Exercise instructions
Copy the data below. Keep every line exactly as it is.

Given records
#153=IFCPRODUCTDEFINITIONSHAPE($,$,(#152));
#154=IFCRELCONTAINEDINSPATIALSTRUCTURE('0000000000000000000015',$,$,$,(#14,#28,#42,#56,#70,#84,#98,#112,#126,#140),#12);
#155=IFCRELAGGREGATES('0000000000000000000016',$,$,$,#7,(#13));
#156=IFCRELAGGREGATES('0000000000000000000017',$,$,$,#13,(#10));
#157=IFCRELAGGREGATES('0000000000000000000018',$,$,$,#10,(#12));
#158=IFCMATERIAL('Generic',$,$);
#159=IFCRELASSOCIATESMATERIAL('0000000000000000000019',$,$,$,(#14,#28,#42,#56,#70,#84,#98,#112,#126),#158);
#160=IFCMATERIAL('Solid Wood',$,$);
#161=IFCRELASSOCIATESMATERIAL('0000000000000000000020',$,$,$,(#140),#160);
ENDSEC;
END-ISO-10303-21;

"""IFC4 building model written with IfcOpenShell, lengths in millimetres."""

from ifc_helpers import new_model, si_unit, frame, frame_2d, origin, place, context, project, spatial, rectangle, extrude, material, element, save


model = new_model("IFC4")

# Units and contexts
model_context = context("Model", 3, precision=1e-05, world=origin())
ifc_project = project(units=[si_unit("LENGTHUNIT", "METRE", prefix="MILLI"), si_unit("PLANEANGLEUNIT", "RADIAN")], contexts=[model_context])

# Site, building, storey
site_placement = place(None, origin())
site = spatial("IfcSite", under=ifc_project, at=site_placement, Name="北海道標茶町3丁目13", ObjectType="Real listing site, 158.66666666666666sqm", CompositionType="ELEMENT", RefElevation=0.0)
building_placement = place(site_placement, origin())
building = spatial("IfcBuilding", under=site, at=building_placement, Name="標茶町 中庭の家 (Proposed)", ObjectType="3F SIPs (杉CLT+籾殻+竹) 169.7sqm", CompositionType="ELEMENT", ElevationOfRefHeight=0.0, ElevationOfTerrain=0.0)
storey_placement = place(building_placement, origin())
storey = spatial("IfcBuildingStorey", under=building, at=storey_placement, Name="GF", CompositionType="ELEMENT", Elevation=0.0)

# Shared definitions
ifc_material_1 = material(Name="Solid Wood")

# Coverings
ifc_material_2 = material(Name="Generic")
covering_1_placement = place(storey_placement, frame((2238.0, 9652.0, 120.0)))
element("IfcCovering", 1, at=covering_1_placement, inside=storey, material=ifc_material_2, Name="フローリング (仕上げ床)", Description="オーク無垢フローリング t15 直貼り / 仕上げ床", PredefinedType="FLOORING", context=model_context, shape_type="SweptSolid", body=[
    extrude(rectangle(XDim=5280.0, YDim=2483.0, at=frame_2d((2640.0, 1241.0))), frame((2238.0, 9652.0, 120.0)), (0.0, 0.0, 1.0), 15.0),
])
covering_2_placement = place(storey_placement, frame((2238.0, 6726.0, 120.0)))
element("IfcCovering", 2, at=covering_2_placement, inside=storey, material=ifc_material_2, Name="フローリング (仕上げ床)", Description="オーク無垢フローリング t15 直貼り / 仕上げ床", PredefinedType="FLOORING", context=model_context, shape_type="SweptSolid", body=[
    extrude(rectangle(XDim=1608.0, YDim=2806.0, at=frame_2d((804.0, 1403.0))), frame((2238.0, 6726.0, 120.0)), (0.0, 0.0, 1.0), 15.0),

Exercise solution
#153=IFCPRODUCTDEFINITIONSHAPE($,$,(#152));
#154=IFCRELCONTAINEDINSPATIALSTRUCTURE('0000000000000000000015',$,$,$,(#14,#28,#42,#56,#70,#84,#98,#112,#126,#140),#12);
#155=IFCRELAGGREGATES('0000000000000000000016',$,$,$,#7,(#13));
#156=IFCRELAGGREGATES('0000000000000000000017',$,$,$,#13,(#10));
#157=IFCRELAGGREGATES('0000000000000000000018',$,$,$,#10,(#12));
#158=IFCMATERIAL('Generic',$,$);
#159=IFCRELASSOCIATESMATERIAL('0000000000000000000019',$,$,$,(#14,#28,#42,#56,#70,#84,#98,#112,#126),#158);
#160=IFCMATERIAL('Solid Wood',$,$);
#161=IFCRELASSOCIATESMATERIAL('0000000000000000000020',$,$,$,(#140),#160);
ENDSEC;
END-ISO-10303-21;

"""IFC4 building model written with IfcOpenShell, lengths in millimetres."""

from ifc_helpers import new_model, si_unit, frame, frame_2d, origin, place, context, project, spatial, rectangle, extrude, material, element, save


model = new_model("IFC4")

# Units and contexts
model_context = context("Model", 3, precision=1e-05, world=origin())
ifc_project = project(units=[si_unit("LENGTHUNIT", "METRE", prefix="MILLI"), si_unit("PLANEANGLEUNIT", "RADIAN")], contexts=[model_context])

# Site, building, storey
site_placement = place(None, origin())
site = spatial("IfcSite", under=ifc_project, at=site_placement, Name="北海道標茶町3丁目13", ObjectType="Real listing site, 158.66666666666666sqm", CompositionType="ELEMENT", RefElevation=0.0)
building_placement = place(site_placement, origin())
building = spatial("IfcBuilding", under=site, at=building_placement, Name="標茶町 中庭の家 (Proposed)", ObjectType="3F SIPs (杉CLT+籾殻+竹) 169.7sqm", CompositionType="ELEMENT", ElevationOfRefHeight=0.0, ElevationOfTerrain=0.0)
storey_placement = place(building_placement, origin())
storey = spatial("IfcBuildingStorey", under=building, at=storey_placement, Name="GF", CompositionType="ELEMENT", Elevation=0.0)

# Shared definitions
ifc_material_1 = material(Name="Solid Wood")

# Coverings
ifc_material_2 = material(Name="Generic")
covering_1_placement = place(storey_placement, frame((2238.0, 9652.0, 120.0)))
element("IfcCovering", 1, at=covering_1_placement, inside=storey, material=ifc_material_2, Name="フローリング (仕上げ床)", Description="オーク無垢フローリング t15 直貼り / 仕上げ床", PredefinedType="FLOORING", context=model_context, shape_type="SweptSolid", body=[
    extrude(rectangle(XDim=5280.0, YDim=2483.0, at=frame_2d((2640.0, 1241.0))), frame((2238.0, 9652.0, 120.0)), (0.0, 0.0, 1.0), 15.0),
])
covering_2_placement = place(storey_placement, frame((2238.0, 6726.0, 120.0)))
element("IfcCovering", 2, at=covering_2_placement, inside=storey, material=ifc_material_2, Name="フローリング (仕上げ床)", Description="オーク無垢フローリング t15 直貼り / 仕上げ床", PredefinedType="FLOORING", context=model_context, shape_type="SweptSolid", body=[
    extrude(rectangle(XDim=1608.0, YDim=2806.0, at=frame_2d((804.0, 1403.0))), frame((2238.0, 6726.0, 120.0)), (0.0, 0.0, 1.0), 15.0),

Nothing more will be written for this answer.